Subject: Opposition to SR-OCC-2024-001
From: garth baker
Affiliation:

Feb. 13, 2024

Dear Securities and Exchange Commission of the Untied States of America, 




Thank you for this opportunity to comment on SR-OCC-2024-001, since there is an absence of opportunity for external input from the Options Clearing Corporation (OCC). The lack of transparency is very alarming, especially regarding margin threshold calculations. 


There is a substantial lack of specific details on how parameters in the OCC systems are determined in times of high market volatility. This produces potential risks associated with granting unchecked and bias authority to the OCC Financial Risk Manager during periods of market stress. It is very concerning that the Financial Risk Managers Officer's role may lead to rubber-stamping margin reductions, impacting OCC resilience. I will further explain in detail, and am expressing this comment to offer solutions to address the flaws in both the proposal and the broader systemic issues that require dire attention and evaluation, I urge the SEC to revalue the rule as a whole and not just the proposed changes. 


There is a lack of transparency in the market as a whole. Due to the extensive redaction of supporting information this makes it impossible for the public to fully review and comment on rule proposals. For example, there are 205 pages of redacted details of how margin thresholds will be calculated. It is extremely important for the public to review, especially considering how the OCC's critical role as a Systemically Important Financial Market Utility (SIFMU). Clear and well0defined guidelines are essential for maintain market confidence and preventing abuse. In the section titled "Clearing Agency's Statement on Comments on the Proposed Rule Change Received from Members, Participants, or Others" where it explicitly asserts, " Written comments were not and are not intended to be solicited with respect to the proposed change." The OCC neglects transparency and accountability by refusing to actively seek comments, leaving the public uninformed about crucial financial market operations. It is critical for active engagement with stakeholders to understand the potential impacts, and soliciting comments is essential for effective governance in a financial market utility. Transparency safeguards against potential abuse of control settings, and transparent processes and stakeholder engagement are crucial for regulatory decisions' legitimacy and effectiveness. 
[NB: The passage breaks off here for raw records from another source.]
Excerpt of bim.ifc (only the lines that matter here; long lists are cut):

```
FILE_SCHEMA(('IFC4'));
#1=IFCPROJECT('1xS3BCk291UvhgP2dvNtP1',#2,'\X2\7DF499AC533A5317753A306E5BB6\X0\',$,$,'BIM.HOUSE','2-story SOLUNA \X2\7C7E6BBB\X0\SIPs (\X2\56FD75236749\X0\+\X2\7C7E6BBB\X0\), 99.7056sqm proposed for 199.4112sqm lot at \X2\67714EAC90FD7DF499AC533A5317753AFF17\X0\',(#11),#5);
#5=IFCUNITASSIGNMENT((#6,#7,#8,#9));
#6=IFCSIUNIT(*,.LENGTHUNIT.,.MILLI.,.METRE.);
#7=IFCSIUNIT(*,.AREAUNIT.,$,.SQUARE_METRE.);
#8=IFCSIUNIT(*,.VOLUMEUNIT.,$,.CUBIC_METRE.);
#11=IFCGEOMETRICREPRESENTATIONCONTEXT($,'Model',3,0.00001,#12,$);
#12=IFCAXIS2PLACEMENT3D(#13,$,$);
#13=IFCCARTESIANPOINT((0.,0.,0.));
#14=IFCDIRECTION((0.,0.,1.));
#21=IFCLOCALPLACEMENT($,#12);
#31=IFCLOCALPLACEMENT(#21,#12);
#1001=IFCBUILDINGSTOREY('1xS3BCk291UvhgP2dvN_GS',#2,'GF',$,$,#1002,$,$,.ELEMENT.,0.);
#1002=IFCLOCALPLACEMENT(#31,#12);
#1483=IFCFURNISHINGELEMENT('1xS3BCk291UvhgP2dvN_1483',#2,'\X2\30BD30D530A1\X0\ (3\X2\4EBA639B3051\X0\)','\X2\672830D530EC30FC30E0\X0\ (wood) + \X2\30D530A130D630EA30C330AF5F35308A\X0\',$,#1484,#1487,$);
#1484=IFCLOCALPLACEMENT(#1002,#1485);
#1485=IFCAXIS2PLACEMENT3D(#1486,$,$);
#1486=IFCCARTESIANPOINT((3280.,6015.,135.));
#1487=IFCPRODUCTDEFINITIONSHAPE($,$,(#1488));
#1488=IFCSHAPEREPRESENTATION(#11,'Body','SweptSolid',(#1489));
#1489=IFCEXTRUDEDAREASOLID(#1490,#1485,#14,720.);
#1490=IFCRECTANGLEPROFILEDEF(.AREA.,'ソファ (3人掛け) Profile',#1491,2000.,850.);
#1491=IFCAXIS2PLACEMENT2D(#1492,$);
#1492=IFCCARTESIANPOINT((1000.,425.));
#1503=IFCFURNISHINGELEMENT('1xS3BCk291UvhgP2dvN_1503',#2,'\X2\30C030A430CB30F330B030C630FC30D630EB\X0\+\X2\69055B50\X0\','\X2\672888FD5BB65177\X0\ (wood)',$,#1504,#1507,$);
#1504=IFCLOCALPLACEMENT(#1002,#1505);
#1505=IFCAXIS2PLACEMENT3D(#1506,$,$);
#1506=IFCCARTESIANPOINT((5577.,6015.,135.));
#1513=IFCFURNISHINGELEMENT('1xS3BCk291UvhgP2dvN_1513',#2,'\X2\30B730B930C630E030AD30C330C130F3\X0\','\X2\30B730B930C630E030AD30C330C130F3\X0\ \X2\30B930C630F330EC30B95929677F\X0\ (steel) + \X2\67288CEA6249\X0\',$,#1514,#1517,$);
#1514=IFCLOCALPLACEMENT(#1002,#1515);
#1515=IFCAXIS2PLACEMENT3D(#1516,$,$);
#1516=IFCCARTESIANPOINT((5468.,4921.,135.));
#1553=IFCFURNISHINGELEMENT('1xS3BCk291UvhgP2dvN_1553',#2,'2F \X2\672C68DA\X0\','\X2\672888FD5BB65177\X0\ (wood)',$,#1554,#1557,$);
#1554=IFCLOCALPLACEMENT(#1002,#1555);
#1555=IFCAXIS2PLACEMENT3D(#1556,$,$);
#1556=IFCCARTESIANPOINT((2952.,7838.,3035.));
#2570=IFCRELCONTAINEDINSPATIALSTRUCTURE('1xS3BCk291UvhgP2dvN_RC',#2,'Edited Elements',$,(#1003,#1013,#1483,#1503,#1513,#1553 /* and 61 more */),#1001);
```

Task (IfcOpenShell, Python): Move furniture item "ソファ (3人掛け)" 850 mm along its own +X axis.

```python
import ifcopenshell
import ifcopenshell.api.geometry
import ifcopenshell.util.placement
import ifcopenshell.util.unit

model = ifcopenshell.open("bim.ifc")
unit_scale = ifcopenshell.util.unit.calculate_unit_scale(model)

item = model.by_guid("1xS3BCk291UvhgP2dvN_1483")
matrix = ifcopenshell.util.placement.get_local_placement(item.ObjectPlacement)
matrix[:3, 3] += matrix[:3, 0] * 0.85 / unit_scale
ifcopenshell.api.geometry.edit_object_placement(model, product=item, matrix=matrix, is_si=False)

print(ifcopenshell.util.placement.get_local_placement(item.ObjectPlacement).round(3) + 0.0)

model.write("bim_updated.ifc")
```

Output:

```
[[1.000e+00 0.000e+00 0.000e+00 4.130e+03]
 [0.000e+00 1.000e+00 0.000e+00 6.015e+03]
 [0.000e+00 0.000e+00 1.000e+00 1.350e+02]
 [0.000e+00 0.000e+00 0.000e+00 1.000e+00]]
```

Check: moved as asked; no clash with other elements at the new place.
To improve transparency I recommend the SEC to push for complete disclosure of supporting information, eliminating, extensive redactions, notably the 205 pages detailing margin threshold calculation methods. It is extremely important for the public to review and comment, particularly in light of the OCC's substantial role as a SIFMU. I encourage the SEC to take proactive steps to ensure transparency in the OCC's rule making processes. Such as, enforcing requirements for the OCC to actively seek and consider input from its members and participants, enhancing transparency and stakeholder engagement. I strongly recommend the implementation of clear, comprehensive and well-defined guidelines to govern the use of idiosyncratic control settings, particularly including the calculation of margin thresholds during periods of high volatility.